# TV programs in Chapman and Emerson



## Cine (Aug 9, 2007)

Your thoughts? Should I pick them up as my second choices?


----------



## Josh (Aug 9, 2007)

Second to what?


----------



## funkylikemonkey (Aug 9, 2007)

If you mean should you use them as a backup major, then I'd go with it. That's what I did with Emerson and although I didn't get into their film program, I'll be attending for TV.


----------



## Cine (Aug 10, 2007)

> Originally posted by funkylikemonkey:
> If you mean should you use them as a backup major, then I'd go with it. That's what I did with Emerson and although I didn't get into their film program, I'll be attending for TV.



I read many positive reviews about their TV program. Did you get in Studio Production or Writing?


----------



## Cine (Aug 10, 2007)

BTW, will I be able to get in graduate film program (for example Screenwriting), if I already have BA in (for example...) Production?

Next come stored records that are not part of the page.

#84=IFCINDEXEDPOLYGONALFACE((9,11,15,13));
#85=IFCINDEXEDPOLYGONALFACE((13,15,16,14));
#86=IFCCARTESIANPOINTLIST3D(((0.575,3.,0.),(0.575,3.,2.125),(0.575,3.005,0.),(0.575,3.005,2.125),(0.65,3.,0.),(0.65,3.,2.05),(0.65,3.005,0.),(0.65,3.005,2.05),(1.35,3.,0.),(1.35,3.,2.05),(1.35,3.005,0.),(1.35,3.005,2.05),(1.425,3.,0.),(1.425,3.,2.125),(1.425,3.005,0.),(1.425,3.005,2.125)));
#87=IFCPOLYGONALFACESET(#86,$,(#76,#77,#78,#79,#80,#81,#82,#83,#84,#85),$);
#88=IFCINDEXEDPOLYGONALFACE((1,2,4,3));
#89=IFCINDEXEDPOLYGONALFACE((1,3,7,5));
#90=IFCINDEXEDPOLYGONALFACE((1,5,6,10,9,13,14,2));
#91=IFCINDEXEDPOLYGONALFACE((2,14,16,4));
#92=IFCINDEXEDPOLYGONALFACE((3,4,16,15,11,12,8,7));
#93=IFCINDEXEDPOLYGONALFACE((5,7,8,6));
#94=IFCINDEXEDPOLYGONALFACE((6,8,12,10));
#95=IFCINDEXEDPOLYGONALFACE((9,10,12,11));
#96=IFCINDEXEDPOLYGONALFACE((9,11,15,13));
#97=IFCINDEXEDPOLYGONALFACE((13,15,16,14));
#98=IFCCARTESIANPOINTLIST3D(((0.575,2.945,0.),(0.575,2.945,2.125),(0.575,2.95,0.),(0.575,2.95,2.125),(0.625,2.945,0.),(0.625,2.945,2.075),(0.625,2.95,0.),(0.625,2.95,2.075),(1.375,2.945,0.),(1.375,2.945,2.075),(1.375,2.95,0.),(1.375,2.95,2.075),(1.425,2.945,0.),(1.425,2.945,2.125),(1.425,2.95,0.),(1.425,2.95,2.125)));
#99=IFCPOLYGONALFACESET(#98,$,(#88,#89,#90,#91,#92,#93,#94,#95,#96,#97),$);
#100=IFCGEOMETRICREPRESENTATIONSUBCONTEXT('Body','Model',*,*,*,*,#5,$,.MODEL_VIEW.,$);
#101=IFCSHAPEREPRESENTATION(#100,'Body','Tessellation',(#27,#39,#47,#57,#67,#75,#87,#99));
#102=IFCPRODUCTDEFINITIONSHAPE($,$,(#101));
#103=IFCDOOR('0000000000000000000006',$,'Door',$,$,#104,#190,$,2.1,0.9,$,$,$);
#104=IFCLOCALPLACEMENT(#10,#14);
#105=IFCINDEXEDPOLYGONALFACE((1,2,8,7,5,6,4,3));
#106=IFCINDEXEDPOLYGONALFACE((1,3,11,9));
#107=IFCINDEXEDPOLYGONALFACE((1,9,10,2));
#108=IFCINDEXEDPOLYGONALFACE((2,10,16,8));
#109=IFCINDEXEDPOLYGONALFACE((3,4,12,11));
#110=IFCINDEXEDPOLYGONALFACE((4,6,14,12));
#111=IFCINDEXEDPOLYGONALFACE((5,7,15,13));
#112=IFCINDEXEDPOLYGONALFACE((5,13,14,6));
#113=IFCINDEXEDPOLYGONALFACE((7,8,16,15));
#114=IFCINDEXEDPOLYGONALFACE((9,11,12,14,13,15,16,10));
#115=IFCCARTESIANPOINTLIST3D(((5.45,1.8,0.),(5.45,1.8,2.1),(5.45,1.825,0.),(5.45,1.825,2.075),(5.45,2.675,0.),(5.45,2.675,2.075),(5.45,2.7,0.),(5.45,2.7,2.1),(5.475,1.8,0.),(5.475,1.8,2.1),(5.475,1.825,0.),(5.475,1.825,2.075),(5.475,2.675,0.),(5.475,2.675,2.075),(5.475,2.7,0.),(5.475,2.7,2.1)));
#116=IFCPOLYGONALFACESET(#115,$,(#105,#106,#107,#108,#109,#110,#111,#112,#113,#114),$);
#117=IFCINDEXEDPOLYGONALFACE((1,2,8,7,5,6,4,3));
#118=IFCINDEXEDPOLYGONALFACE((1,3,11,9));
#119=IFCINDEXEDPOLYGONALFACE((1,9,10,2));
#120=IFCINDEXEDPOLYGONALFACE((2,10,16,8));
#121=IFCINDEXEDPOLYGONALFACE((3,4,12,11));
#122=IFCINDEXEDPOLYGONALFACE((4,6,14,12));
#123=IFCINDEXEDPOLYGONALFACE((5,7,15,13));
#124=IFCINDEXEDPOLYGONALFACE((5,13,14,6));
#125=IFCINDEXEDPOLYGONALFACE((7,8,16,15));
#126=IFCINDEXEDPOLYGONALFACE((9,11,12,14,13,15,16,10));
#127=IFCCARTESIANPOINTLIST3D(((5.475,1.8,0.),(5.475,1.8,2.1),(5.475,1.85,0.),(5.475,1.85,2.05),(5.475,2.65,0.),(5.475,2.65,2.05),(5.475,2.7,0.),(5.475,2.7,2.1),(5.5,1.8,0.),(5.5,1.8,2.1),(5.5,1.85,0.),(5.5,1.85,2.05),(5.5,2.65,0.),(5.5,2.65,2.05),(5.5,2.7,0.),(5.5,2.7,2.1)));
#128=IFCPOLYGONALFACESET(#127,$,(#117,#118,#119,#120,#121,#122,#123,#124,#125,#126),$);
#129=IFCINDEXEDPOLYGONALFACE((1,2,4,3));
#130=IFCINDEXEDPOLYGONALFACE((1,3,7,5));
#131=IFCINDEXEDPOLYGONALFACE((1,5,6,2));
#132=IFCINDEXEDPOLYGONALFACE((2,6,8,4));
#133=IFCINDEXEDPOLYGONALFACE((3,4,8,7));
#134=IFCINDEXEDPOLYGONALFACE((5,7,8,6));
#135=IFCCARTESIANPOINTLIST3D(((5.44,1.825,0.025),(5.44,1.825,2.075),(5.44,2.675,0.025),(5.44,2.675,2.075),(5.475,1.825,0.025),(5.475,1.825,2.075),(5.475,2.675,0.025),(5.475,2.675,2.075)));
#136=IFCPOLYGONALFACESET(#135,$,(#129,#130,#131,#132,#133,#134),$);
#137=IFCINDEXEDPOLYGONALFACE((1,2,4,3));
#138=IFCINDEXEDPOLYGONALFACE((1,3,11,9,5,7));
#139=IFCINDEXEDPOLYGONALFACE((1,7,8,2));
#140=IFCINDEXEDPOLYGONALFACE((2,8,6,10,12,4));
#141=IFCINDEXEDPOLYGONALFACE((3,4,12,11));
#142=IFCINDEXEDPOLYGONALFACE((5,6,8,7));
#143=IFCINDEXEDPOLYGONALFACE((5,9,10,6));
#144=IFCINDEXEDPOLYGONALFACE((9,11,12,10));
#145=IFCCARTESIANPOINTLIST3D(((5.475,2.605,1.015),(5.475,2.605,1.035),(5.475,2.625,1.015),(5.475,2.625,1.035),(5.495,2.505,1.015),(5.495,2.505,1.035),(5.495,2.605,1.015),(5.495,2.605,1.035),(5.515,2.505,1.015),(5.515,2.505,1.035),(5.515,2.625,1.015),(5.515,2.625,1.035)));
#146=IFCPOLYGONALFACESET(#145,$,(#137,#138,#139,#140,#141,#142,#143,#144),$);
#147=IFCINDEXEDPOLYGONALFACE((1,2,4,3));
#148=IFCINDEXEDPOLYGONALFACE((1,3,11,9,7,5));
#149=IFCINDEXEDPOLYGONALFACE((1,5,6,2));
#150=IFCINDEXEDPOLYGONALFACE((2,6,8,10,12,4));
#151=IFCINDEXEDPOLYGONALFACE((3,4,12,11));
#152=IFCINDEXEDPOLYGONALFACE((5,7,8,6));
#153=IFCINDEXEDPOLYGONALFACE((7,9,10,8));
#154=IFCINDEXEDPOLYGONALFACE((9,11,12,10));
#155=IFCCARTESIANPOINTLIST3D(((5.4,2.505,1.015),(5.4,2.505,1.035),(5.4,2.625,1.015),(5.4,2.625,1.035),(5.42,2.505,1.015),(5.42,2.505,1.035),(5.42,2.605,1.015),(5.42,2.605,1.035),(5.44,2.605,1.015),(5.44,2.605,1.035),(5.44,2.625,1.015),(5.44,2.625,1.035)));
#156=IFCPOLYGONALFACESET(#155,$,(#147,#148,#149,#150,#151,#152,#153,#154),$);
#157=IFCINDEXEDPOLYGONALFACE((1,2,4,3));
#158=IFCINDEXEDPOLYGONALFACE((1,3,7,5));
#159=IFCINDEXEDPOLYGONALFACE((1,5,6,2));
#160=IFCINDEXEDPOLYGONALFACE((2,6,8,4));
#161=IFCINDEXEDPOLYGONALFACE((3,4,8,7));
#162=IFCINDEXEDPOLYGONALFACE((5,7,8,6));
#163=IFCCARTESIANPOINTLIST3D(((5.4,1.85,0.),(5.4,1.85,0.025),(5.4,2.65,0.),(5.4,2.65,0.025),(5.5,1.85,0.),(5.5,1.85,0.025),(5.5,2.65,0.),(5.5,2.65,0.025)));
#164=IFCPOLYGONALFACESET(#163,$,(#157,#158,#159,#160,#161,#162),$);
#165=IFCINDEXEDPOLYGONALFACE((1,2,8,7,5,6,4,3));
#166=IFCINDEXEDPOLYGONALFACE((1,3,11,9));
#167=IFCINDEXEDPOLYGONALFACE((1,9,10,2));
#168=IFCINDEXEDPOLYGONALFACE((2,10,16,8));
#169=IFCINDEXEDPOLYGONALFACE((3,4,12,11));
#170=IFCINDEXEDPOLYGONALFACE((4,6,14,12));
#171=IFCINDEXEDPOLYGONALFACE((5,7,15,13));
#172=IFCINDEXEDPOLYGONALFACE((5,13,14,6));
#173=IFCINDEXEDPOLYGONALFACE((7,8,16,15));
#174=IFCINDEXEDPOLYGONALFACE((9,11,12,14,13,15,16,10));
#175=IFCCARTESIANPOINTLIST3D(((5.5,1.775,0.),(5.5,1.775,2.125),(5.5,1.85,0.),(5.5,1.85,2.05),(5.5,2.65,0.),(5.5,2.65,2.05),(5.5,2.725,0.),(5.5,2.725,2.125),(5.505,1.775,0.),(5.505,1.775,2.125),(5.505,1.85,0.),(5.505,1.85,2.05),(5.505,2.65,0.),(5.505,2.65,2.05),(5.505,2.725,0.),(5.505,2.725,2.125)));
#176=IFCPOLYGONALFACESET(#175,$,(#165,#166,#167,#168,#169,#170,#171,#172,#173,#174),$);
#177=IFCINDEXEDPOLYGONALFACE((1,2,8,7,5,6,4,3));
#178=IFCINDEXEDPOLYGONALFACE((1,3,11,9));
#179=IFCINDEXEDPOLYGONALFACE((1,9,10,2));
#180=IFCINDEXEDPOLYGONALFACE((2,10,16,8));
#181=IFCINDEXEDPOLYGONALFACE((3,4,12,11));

P.S. Does anybody know is Chapman's Filmmaker In Residence program free or it costs money?


----------



## funkylikemonkey (Aug 10, 2007)

I was accepted into Studio Production.


----------



## Winterreverie (Aug 10, 2007)

Its free if you're a student-- if not I don't know.


----------



## Cine (Aug 12, 2007)

> Originally posted by funkylikemonkey:
> I was accepted into Studio Production.



Congrats! You can always get in Film Production graduate program


----------



## Cine (Aug 12, 2007)

> Originally posted by Winterreverie:
> Its free if you're a student-- if not I don't know.



What you mean?


----------